Stored data entries:

########################################

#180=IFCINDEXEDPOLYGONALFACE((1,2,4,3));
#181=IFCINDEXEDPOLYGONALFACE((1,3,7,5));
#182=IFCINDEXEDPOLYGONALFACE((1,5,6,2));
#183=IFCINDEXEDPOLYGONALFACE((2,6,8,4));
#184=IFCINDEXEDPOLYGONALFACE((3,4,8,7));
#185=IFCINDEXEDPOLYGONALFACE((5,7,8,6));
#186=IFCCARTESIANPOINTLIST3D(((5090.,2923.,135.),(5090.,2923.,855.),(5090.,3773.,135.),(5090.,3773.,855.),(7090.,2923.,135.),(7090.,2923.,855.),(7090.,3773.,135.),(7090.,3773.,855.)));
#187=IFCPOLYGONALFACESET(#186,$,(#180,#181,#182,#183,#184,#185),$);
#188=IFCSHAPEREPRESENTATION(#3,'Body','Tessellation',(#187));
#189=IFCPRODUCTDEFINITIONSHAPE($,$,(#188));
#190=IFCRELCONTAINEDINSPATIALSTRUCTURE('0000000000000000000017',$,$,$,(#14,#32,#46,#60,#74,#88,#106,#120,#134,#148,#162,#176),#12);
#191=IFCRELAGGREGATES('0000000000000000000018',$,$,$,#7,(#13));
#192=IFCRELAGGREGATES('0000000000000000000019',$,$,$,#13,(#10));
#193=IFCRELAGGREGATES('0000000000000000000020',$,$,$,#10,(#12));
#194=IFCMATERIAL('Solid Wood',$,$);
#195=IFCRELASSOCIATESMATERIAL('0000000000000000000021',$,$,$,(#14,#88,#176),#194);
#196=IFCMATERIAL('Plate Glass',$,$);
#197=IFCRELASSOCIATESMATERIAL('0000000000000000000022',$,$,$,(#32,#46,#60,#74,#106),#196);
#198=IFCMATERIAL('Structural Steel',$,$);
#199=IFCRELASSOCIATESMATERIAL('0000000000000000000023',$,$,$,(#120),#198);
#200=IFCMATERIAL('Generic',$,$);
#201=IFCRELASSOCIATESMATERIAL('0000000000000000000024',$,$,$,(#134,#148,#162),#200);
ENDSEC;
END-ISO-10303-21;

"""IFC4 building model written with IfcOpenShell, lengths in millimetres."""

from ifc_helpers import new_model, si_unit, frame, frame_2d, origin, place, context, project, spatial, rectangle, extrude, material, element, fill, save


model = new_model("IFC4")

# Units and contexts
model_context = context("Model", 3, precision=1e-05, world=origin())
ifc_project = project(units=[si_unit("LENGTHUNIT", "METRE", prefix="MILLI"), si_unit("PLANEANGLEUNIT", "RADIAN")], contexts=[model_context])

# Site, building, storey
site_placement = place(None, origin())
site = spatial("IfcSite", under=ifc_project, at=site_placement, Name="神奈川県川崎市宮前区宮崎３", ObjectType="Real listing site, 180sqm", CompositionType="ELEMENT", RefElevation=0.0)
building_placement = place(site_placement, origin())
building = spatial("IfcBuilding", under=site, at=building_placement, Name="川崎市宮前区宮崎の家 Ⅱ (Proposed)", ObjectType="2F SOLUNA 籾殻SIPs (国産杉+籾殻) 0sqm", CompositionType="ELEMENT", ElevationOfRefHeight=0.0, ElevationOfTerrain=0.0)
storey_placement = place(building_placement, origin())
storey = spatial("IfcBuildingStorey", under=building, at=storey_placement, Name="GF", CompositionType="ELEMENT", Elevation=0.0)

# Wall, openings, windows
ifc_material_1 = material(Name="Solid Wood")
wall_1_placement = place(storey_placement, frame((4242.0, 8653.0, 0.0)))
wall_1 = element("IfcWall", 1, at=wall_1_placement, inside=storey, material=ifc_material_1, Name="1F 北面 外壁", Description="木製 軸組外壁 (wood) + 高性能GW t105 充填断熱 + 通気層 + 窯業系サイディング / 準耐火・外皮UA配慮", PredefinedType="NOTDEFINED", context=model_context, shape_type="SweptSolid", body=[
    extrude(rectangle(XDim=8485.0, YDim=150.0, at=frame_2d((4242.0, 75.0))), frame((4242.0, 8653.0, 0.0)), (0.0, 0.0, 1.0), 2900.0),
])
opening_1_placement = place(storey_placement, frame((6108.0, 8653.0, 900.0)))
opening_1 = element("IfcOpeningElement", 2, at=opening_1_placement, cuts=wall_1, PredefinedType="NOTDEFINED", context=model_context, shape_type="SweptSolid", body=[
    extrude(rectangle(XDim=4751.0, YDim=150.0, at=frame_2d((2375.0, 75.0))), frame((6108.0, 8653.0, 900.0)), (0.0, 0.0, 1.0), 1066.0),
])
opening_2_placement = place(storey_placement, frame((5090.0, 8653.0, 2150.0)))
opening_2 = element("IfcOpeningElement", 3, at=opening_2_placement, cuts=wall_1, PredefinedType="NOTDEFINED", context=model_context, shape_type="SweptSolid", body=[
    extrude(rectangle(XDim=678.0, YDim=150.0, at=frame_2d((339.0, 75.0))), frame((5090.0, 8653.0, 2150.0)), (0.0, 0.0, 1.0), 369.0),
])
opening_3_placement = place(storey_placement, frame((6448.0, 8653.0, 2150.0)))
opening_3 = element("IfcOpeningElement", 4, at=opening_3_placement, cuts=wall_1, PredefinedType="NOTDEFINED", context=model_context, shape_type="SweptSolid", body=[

########################################

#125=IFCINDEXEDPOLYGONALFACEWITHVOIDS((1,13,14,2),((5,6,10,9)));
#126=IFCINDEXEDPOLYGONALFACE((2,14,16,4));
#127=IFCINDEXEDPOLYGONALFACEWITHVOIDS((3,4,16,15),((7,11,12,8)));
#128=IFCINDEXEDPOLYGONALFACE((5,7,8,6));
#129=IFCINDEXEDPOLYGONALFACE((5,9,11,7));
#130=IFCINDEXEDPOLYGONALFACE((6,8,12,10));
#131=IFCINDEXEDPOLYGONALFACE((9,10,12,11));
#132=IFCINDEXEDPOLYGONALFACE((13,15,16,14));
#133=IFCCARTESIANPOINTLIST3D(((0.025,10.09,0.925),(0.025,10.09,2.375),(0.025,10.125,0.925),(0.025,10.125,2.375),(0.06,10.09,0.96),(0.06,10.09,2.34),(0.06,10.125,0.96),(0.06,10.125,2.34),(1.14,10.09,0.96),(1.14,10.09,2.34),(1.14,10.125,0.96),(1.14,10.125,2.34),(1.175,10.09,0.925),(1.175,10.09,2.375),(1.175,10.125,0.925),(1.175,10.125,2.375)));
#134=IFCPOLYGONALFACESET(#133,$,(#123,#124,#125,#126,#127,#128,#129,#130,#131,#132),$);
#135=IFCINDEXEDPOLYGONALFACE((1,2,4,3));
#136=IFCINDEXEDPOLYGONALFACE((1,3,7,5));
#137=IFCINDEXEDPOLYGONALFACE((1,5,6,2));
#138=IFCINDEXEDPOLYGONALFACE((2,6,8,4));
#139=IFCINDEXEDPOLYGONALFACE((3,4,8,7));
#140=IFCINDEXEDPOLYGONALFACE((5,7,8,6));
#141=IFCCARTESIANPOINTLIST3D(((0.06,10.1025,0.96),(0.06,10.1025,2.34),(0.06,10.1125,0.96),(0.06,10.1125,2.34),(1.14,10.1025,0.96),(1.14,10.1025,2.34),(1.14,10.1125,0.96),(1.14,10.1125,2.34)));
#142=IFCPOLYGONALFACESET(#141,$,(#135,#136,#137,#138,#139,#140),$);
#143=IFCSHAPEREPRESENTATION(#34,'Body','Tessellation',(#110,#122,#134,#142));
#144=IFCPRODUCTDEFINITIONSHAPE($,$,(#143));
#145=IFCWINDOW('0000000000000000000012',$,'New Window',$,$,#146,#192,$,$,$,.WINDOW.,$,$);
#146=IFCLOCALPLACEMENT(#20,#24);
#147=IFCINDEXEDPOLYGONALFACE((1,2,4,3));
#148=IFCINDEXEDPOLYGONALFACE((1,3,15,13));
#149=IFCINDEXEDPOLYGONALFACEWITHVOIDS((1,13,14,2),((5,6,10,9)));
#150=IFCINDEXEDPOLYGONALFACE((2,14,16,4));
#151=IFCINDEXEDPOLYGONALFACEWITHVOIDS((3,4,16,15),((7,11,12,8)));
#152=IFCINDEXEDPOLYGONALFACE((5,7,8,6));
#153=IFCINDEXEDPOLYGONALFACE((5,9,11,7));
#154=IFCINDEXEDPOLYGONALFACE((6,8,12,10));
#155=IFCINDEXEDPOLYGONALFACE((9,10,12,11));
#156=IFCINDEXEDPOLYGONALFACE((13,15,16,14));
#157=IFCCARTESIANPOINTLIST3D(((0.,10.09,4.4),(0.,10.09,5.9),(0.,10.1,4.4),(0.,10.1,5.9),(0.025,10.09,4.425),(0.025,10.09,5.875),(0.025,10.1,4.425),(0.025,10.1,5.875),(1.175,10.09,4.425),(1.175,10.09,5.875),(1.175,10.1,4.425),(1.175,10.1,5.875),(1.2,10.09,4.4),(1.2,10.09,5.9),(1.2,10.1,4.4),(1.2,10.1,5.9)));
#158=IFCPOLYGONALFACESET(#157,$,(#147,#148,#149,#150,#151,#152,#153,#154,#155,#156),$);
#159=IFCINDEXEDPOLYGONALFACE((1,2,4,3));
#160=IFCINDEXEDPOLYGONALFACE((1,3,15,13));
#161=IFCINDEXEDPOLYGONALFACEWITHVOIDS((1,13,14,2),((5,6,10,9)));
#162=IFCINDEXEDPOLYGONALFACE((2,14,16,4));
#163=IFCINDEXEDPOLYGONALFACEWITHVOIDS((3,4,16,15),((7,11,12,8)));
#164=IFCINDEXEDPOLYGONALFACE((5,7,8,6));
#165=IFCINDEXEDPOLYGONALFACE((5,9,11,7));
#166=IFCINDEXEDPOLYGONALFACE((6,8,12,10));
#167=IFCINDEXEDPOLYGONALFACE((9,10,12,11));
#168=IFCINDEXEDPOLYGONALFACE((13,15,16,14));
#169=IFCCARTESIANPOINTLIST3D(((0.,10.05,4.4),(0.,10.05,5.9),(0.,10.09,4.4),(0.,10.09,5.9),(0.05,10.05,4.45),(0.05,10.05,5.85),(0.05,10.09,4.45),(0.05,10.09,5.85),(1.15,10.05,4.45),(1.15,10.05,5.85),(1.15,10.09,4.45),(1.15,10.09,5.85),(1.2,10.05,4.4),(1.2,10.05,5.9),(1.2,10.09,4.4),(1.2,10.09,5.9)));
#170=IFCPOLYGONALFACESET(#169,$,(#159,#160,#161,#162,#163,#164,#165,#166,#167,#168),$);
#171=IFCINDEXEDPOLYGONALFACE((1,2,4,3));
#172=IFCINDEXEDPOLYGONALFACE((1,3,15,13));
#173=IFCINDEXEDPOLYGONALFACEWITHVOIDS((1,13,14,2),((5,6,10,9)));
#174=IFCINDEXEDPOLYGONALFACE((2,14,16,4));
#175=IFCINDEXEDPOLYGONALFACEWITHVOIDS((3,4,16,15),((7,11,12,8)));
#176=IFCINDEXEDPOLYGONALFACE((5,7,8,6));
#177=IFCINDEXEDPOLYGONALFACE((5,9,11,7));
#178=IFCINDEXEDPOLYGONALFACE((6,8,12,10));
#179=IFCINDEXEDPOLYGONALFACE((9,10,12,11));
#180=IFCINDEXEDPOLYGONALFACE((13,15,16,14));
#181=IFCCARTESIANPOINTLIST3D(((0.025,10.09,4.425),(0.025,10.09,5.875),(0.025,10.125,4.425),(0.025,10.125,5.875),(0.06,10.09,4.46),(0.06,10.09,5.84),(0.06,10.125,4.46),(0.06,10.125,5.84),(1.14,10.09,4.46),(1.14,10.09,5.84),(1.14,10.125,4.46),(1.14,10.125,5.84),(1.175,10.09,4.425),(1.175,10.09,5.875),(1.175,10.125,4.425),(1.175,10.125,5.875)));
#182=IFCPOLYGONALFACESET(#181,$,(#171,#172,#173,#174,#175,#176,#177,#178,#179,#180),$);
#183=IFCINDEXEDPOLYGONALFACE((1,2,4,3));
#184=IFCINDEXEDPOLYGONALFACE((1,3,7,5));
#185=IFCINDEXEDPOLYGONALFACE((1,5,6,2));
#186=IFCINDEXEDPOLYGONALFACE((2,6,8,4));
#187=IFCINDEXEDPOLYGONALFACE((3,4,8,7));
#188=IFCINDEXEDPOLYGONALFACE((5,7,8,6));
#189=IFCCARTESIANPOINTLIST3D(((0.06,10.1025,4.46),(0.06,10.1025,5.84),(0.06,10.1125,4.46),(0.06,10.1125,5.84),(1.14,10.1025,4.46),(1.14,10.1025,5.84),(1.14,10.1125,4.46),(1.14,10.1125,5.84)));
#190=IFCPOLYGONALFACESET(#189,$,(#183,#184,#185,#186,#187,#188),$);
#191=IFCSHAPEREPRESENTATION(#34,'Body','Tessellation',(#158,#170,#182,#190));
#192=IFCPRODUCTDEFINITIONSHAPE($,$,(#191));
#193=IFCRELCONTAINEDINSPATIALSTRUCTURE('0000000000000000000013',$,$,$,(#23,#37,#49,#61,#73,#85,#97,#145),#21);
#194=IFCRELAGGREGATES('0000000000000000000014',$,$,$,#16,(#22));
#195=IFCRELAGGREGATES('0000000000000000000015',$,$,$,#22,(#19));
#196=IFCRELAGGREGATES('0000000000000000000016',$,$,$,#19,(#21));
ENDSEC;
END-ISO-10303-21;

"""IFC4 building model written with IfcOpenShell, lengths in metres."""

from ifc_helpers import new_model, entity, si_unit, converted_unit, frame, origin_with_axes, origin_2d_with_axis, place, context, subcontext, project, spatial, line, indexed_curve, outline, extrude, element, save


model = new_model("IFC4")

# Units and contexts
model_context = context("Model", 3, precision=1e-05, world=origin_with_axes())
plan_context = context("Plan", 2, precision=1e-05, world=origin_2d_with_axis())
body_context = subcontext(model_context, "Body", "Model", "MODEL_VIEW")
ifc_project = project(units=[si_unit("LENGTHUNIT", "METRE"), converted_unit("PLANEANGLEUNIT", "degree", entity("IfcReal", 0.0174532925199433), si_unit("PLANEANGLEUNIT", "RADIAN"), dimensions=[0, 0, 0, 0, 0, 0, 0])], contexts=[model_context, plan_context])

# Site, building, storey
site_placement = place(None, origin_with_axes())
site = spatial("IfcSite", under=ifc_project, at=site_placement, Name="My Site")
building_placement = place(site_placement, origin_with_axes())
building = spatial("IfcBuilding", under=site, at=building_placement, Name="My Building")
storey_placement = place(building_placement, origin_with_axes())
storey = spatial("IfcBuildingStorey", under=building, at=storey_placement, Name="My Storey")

########################################

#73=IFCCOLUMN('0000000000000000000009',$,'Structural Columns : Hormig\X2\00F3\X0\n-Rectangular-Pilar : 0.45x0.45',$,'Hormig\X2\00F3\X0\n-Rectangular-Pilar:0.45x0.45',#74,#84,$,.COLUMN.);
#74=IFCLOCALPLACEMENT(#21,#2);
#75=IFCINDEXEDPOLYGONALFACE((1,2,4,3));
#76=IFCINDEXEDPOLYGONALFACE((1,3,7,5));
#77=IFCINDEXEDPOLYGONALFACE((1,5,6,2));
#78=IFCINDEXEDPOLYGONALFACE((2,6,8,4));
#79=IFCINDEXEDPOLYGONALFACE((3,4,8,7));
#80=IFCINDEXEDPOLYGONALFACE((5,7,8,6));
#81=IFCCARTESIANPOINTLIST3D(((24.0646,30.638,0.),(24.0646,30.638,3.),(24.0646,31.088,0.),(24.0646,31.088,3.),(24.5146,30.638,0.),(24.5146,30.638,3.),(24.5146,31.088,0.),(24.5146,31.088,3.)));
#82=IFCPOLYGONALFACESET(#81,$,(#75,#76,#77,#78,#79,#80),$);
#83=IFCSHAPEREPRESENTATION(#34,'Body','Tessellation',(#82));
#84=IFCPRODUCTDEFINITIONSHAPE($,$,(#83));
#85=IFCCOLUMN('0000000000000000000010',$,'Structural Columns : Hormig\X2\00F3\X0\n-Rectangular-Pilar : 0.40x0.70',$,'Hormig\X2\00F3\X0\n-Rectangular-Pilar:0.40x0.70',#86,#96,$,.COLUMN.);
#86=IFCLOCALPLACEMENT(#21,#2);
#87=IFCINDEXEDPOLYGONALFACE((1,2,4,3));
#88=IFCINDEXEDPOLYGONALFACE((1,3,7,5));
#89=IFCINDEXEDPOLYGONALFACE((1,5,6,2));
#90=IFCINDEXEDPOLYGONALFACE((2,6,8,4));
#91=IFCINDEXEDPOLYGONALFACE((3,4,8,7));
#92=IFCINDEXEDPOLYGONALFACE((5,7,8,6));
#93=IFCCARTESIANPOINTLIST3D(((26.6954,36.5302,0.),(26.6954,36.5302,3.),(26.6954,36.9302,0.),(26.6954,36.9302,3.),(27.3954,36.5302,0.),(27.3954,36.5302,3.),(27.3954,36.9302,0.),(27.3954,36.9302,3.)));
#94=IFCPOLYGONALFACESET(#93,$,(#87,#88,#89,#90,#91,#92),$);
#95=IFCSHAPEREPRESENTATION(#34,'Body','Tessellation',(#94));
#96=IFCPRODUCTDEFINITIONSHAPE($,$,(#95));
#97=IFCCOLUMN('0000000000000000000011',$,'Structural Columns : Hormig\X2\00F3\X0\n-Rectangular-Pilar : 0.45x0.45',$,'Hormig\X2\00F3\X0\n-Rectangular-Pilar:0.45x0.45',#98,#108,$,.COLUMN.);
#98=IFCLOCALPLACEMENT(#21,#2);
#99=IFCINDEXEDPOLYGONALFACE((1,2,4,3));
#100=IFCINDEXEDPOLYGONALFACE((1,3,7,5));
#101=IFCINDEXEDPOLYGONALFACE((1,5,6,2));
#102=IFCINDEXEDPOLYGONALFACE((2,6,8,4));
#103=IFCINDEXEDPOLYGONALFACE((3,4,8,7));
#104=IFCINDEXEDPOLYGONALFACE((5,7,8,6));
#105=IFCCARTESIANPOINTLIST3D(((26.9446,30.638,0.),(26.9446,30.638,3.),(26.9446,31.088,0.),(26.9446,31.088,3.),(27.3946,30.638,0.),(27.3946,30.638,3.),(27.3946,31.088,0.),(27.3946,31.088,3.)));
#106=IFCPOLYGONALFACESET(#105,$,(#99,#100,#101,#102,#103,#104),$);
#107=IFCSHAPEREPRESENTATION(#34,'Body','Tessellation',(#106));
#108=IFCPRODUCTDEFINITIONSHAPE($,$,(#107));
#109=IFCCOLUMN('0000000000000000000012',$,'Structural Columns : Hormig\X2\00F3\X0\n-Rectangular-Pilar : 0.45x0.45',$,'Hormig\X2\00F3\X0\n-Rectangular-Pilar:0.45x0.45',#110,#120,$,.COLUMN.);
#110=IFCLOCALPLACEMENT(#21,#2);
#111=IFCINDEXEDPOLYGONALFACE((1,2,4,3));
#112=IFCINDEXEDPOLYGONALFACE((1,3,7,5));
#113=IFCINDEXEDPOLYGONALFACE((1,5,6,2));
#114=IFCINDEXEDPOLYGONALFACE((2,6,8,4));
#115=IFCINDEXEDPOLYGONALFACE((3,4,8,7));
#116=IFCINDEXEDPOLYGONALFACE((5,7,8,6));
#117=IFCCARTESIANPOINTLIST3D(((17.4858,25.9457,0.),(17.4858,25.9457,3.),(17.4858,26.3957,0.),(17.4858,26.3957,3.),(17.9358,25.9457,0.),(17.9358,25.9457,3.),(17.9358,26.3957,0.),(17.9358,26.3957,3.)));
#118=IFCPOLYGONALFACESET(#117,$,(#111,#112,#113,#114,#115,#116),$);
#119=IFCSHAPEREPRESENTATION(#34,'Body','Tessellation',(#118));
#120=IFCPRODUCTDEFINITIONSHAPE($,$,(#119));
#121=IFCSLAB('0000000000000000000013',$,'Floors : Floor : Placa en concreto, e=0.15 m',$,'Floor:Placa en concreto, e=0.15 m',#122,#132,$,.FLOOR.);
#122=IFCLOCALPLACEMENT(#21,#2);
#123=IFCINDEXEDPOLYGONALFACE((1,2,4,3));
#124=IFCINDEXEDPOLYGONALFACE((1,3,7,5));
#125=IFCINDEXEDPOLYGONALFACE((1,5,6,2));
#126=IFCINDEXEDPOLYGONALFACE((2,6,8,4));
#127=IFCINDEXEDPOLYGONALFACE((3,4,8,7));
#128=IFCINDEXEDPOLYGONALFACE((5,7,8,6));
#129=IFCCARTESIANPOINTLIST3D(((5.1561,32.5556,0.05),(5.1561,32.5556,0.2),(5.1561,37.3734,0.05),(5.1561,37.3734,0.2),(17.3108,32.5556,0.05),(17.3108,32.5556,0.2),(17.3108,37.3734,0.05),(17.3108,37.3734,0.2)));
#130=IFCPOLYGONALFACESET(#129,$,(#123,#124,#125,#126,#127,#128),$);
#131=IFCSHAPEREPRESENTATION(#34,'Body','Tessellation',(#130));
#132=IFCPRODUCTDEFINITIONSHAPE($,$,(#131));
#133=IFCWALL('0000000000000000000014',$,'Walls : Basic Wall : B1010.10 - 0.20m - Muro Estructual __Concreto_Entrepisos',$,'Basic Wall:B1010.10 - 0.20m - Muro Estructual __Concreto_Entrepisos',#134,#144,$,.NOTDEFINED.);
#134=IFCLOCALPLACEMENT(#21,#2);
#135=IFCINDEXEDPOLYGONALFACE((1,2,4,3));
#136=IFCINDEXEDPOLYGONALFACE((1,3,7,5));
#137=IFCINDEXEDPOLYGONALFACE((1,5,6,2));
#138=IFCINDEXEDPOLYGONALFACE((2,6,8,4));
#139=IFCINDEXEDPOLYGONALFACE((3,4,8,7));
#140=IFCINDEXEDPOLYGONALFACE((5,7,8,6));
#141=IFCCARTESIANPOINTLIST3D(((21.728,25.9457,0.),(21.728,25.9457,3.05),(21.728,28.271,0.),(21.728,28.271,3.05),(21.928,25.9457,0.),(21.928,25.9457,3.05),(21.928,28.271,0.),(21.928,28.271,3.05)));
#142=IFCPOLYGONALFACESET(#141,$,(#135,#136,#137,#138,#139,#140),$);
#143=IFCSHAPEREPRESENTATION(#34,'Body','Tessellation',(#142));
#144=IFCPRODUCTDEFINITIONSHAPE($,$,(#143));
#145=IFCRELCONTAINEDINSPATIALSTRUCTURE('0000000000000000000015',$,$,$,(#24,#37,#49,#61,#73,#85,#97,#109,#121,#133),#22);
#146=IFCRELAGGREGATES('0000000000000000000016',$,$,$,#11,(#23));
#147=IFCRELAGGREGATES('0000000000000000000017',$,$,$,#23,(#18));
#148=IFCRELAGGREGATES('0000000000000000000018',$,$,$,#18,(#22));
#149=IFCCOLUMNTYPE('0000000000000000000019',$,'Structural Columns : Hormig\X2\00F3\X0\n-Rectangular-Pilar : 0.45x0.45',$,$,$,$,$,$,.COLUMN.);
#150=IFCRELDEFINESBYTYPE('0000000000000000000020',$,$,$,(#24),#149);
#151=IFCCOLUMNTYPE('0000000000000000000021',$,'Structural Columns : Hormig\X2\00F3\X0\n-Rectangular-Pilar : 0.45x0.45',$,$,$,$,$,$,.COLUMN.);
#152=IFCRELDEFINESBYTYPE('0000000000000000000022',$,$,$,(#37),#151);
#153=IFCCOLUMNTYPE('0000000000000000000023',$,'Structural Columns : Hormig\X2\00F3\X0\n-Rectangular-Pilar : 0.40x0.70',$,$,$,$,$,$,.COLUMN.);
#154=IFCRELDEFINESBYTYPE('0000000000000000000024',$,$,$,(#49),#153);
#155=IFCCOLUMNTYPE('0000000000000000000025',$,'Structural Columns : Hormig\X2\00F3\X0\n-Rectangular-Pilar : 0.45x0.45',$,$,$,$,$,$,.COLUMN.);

########################################

Copy word for word the stretch of entries above from the line that has "#179=IFCINDEXEDPOLYGONALFACE((9,10,12,11));" through the line that has "#186=IFCINDEXEDPOLYGONALFACE((2,6,8,4));", both ends included, and nothing outside it.

OUTPUT OF THE TASK:
#179=IFCINDEXEDPOLYGONALFACE((9,10,12,11));
#180=IFCINDEXEDPOLYGONALFACE((13,15,16,14));
#181=IFCCARTESIANPOINTLIST3D(((0.025,10.09,4.425),(0.025,10.09,5.875),(0.025,10.125,4.425),(0.025,10.125,5.875),(0.06,10.09,4.46),(0.06,10.09,5.84),(0.06,10.125,4.46),(0.06,10.125,5.84),(1.14,10.09,4.46),(1.14,10.09,5.84),(1.14,10.125,4.46),(1.14,10.125,5.84),(1.175,10.09,4.425),(1.175,10.09,5.875),(1.175,10.125,4.425),(1.175,10.125,5.875)));
#182=IFCPOLYGONALFACESET(#181,$,(#171,#172,#173,#174,#175,#176,#177,#178,#179,#180),$);
#183=IFCINDEXEDPOLYGONALFACE((1,2,4,3));
#184=IFCINDEXEDPOLYGONALFACE((1,3,7,5));
#185=IFCINDEXEDPOLYGONALFACE((1,5,6,2));
#186=IFCINDEXEDPOLYGONALFACE((2,6,8,4));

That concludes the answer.